* Directions for this task: Determine the count of lines containing "contexts" in the entries below and return only that figure.
***** Material shown *****
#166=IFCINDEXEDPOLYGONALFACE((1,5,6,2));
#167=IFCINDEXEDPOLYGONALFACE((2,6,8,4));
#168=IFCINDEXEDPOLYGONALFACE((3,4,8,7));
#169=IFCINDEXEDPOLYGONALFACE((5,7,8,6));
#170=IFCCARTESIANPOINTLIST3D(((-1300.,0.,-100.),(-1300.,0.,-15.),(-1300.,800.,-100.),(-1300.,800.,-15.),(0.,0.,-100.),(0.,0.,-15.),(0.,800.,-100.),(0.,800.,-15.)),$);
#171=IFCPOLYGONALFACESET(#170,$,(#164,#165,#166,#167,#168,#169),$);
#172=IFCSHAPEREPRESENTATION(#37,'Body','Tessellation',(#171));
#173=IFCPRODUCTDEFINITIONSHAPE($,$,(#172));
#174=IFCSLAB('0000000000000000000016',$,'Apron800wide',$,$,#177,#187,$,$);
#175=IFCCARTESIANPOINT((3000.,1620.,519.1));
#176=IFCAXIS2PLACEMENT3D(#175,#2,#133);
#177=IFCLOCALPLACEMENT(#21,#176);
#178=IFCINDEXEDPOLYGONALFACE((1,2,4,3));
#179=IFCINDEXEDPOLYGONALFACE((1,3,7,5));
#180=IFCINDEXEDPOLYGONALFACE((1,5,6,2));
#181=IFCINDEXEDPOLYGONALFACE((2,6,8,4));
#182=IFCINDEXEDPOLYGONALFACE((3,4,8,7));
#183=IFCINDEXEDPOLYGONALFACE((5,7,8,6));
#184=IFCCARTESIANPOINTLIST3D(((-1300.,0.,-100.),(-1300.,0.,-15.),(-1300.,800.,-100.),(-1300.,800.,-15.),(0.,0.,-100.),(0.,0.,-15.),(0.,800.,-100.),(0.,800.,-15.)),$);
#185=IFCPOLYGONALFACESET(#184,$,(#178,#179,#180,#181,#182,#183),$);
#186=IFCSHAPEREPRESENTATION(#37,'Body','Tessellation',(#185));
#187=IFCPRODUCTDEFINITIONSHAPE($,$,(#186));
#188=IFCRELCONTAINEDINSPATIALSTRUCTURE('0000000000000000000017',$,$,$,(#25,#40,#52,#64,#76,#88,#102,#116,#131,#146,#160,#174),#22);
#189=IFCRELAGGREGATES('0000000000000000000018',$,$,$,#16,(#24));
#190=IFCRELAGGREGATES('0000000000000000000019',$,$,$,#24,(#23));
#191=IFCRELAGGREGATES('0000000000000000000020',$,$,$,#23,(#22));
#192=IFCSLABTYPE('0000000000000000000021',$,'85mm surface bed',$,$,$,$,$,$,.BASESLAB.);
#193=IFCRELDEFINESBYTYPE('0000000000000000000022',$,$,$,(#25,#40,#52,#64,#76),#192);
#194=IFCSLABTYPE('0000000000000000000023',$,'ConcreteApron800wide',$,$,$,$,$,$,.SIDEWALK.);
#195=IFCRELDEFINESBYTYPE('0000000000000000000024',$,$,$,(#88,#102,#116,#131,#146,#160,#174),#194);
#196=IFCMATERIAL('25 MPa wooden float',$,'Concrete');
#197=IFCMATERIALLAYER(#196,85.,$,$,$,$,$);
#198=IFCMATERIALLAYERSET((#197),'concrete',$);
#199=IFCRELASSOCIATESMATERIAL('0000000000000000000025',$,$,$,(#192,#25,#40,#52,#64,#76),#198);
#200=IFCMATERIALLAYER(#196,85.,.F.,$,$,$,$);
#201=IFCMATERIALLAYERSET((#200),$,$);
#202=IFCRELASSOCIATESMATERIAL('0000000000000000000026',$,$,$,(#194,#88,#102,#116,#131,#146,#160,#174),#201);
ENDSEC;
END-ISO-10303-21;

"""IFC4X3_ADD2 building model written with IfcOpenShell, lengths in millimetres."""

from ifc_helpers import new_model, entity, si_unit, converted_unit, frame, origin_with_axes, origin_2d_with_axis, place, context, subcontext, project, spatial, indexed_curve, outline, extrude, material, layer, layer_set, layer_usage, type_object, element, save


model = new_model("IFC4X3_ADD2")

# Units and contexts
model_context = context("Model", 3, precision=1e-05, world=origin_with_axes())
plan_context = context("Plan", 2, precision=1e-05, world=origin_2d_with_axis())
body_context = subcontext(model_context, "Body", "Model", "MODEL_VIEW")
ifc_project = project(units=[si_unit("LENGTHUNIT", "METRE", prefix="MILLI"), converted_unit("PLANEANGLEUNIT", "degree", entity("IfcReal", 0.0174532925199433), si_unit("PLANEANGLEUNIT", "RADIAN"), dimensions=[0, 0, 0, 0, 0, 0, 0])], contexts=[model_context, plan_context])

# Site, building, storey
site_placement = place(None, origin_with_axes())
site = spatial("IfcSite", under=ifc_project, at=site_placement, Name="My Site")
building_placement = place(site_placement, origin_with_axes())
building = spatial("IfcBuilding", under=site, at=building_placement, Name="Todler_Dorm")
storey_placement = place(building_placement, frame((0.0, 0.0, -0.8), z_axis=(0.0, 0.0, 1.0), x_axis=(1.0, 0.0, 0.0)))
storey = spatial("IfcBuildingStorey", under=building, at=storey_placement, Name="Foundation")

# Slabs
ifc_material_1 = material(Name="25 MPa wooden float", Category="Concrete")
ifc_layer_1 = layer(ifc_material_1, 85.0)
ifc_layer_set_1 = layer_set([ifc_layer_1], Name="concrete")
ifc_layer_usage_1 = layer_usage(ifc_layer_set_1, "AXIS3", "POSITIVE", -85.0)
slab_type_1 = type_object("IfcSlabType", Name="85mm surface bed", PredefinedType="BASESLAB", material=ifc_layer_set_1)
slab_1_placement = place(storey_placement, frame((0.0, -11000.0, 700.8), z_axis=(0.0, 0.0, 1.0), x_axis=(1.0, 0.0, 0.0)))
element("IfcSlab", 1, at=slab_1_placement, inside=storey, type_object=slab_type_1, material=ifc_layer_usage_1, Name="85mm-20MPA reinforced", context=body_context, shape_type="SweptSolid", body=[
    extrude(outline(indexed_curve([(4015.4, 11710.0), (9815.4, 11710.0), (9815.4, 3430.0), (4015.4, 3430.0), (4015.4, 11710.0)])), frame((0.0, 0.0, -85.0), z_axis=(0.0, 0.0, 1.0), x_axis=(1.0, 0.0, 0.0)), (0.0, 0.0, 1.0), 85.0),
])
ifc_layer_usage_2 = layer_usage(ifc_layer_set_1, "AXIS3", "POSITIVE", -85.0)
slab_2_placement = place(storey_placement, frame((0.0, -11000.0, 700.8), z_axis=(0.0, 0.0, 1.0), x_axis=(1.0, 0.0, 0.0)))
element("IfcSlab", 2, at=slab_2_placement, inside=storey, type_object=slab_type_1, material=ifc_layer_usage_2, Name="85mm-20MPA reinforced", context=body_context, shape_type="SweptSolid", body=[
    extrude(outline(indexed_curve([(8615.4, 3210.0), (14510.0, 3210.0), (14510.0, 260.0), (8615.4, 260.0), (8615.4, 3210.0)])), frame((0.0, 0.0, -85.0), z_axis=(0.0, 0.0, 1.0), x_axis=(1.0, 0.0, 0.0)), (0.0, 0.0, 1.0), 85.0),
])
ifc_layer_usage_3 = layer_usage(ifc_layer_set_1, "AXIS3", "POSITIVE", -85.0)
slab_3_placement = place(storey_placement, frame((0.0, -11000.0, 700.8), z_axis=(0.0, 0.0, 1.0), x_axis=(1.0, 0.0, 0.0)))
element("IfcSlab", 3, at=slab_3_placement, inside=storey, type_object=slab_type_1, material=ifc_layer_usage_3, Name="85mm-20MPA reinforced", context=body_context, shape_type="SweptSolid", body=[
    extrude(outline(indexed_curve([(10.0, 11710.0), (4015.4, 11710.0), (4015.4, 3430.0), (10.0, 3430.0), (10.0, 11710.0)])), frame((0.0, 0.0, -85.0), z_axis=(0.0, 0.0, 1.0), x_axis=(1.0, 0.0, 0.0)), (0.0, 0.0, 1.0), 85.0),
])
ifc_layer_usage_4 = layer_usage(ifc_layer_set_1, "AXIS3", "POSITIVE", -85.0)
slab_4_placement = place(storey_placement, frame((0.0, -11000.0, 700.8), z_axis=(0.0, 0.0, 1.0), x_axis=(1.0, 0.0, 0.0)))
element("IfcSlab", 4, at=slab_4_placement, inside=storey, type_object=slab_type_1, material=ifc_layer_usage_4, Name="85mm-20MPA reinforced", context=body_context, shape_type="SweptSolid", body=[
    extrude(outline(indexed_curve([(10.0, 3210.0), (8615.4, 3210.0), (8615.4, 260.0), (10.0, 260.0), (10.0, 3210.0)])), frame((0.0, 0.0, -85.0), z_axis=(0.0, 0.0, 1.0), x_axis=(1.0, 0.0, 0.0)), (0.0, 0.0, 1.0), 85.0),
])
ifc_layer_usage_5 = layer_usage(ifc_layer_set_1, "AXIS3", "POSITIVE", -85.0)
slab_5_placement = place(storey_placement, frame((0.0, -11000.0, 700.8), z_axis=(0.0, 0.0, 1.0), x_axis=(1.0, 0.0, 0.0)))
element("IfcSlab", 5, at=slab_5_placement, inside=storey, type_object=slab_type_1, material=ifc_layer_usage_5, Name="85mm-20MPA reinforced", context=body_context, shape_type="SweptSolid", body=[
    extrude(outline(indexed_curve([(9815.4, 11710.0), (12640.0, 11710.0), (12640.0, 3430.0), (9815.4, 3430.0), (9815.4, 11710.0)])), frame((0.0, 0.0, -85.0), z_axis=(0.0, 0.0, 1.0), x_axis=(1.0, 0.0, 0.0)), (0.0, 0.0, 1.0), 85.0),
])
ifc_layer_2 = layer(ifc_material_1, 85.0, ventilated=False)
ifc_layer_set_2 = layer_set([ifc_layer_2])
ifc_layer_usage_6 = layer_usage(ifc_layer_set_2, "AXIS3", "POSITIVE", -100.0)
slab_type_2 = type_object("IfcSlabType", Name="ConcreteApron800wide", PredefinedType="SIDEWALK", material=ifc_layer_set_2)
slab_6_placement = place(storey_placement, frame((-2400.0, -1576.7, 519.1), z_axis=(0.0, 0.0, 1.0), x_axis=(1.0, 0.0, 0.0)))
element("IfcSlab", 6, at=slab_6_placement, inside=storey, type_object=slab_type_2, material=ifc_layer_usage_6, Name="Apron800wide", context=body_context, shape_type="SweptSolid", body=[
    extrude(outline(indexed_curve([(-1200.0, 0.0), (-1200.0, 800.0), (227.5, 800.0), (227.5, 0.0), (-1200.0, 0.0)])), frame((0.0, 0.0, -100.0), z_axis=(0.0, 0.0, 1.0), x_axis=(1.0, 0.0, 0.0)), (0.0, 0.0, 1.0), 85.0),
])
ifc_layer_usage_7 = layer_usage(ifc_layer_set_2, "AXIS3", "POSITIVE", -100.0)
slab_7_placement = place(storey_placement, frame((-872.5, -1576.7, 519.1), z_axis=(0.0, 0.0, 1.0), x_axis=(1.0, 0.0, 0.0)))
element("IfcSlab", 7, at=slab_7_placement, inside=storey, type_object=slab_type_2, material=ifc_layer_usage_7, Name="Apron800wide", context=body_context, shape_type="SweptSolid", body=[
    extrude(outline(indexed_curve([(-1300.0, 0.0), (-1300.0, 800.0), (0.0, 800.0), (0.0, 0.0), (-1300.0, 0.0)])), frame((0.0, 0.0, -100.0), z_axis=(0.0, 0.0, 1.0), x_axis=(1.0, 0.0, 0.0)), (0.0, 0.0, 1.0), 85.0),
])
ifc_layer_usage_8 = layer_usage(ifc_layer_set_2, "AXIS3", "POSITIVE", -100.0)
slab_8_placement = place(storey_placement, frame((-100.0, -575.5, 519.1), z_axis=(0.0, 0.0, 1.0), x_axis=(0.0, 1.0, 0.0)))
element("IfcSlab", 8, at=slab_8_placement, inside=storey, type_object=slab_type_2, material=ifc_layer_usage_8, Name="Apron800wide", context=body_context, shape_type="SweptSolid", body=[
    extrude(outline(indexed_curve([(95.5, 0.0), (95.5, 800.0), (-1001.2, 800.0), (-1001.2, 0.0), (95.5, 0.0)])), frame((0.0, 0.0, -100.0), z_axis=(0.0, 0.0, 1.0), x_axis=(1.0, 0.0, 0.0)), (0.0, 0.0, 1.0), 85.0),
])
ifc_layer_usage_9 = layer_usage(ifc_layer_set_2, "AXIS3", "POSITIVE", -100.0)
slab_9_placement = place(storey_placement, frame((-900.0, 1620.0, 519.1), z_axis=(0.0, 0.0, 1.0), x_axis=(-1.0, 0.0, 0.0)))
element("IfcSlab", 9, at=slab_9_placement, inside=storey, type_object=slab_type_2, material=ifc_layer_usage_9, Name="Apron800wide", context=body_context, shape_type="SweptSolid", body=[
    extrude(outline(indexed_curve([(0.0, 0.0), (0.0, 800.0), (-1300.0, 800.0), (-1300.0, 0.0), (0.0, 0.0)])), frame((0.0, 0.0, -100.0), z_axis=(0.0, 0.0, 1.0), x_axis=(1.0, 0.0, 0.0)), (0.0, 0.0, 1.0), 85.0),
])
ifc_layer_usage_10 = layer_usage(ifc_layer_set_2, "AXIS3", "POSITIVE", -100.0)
*****
***** Material shown *****
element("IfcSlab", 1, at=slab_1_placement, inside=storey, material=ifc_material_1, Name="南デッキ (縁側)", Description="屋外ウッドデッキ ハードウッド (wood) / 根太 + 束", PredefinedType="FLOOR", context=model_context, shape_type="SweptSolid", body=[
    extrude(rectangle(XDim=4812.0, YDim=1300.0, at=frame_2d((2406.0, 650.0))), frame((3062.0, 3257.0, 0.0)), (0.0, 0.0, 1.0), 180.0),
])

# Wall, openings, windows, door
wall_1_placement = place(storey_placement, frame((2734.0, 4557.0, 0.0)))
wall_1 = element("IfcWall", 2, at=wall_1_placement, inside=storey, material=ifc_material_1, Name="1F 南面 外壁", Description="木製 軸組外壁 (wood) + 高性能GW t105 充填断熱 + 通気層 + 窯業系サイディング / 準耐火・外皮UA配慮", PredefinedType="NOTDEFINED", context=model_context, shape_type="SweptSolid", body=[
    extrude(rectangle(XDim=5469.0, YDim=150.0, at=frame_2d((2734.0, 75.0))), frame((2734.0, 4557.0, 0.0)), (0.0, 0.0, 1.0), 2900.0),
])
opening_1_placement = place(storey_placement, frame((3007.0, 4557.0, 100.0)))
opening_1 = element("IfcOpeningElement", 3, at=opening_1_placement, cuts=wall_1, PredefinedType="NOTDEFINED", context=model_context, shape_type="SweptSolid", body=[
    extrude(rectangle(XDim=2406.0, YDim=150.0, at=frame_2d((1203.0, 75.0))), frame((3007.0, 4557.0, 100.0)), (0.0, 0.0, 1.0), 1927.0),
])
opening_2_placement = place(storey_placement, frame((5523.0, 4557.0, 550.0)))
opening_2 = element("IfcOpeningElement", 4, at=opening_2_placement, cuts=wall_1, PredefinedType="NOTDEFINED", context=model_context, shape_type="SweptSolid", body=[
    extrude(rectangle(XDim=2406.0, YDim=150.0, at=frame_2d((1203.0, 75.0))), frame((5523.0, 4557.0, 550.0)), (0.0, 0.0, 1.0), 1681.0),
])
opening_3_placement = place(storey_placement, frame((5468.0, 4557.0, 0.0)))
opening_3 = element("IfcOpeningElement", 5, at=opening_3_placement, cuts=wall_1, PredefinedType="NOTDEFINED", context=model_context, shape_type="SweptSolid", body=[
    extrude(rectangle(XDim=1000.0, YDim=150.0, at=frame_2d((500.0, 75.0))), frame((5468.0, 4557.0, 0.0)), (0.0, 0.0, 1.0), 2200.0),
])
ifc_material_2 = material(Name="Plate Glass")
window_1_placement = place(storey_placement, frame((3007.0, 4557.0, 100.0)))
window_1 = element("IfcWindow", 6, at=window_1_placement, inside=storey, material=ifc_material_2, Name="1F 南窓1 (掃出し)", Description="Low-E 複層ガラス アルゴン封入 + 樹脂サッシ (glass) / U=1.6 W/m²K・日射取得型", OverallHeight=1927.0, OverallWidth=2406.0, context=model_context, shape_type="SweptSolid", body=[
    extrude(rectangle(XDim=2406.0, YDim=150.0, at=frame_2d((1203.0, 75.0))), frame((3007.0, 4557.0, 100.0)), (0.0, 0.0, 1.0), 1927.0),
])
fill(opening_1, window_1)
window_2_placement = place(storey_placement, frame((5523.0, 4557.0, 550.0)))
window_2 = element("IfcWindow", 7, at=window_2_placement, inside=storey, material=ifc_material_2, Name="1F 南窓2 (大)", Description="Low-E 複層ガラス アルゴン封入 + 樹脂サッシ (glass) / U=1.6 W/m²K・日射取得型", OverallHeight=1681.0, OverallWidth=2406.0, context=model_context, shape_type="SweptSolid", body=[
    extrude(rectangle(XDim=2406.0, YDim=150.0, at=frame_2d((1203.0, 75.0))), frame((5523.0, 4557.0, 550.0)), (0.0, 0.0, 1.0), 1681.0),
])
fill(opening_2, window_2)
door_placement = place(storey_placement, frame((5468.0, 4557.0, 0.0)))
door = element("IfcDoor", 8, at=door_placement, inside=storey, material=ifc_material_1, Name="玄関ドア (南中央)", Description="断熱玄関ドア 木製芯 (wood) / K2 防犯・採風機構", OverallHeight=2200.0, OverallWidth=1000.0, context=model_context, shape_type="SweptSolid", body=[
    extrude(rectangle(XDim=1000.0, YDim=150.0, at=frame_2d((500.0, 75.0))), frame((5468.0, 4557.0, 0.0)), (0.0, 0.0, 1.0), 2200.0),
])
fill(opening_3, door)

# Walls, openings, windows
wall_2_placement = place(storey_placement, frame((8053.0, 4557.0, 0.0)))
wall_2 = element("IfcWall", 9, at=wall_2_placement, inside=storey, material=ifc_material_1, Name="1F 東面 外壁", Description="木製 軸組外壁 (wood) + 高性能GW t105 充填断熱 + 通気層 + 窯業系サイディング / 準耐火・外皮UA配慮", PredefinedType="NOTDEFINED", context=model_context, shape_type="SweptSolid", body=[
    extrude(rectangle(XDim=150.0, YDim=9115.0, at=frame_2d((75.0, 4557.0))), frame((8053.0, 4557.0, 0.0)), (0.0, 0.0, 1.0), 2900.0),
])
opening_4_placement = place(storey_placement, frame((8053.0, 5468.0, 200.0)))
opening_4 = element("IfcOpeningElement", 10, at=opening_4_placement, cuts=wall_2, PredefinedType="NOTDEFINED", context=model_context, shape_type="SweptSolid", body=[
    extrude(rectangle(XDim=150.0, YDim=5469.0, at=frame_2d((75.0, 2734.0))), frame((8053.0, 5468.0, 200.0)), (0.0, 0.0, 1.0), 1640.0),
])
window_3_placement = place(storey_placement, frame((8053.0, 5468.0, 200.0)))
*****
* Written reply: 2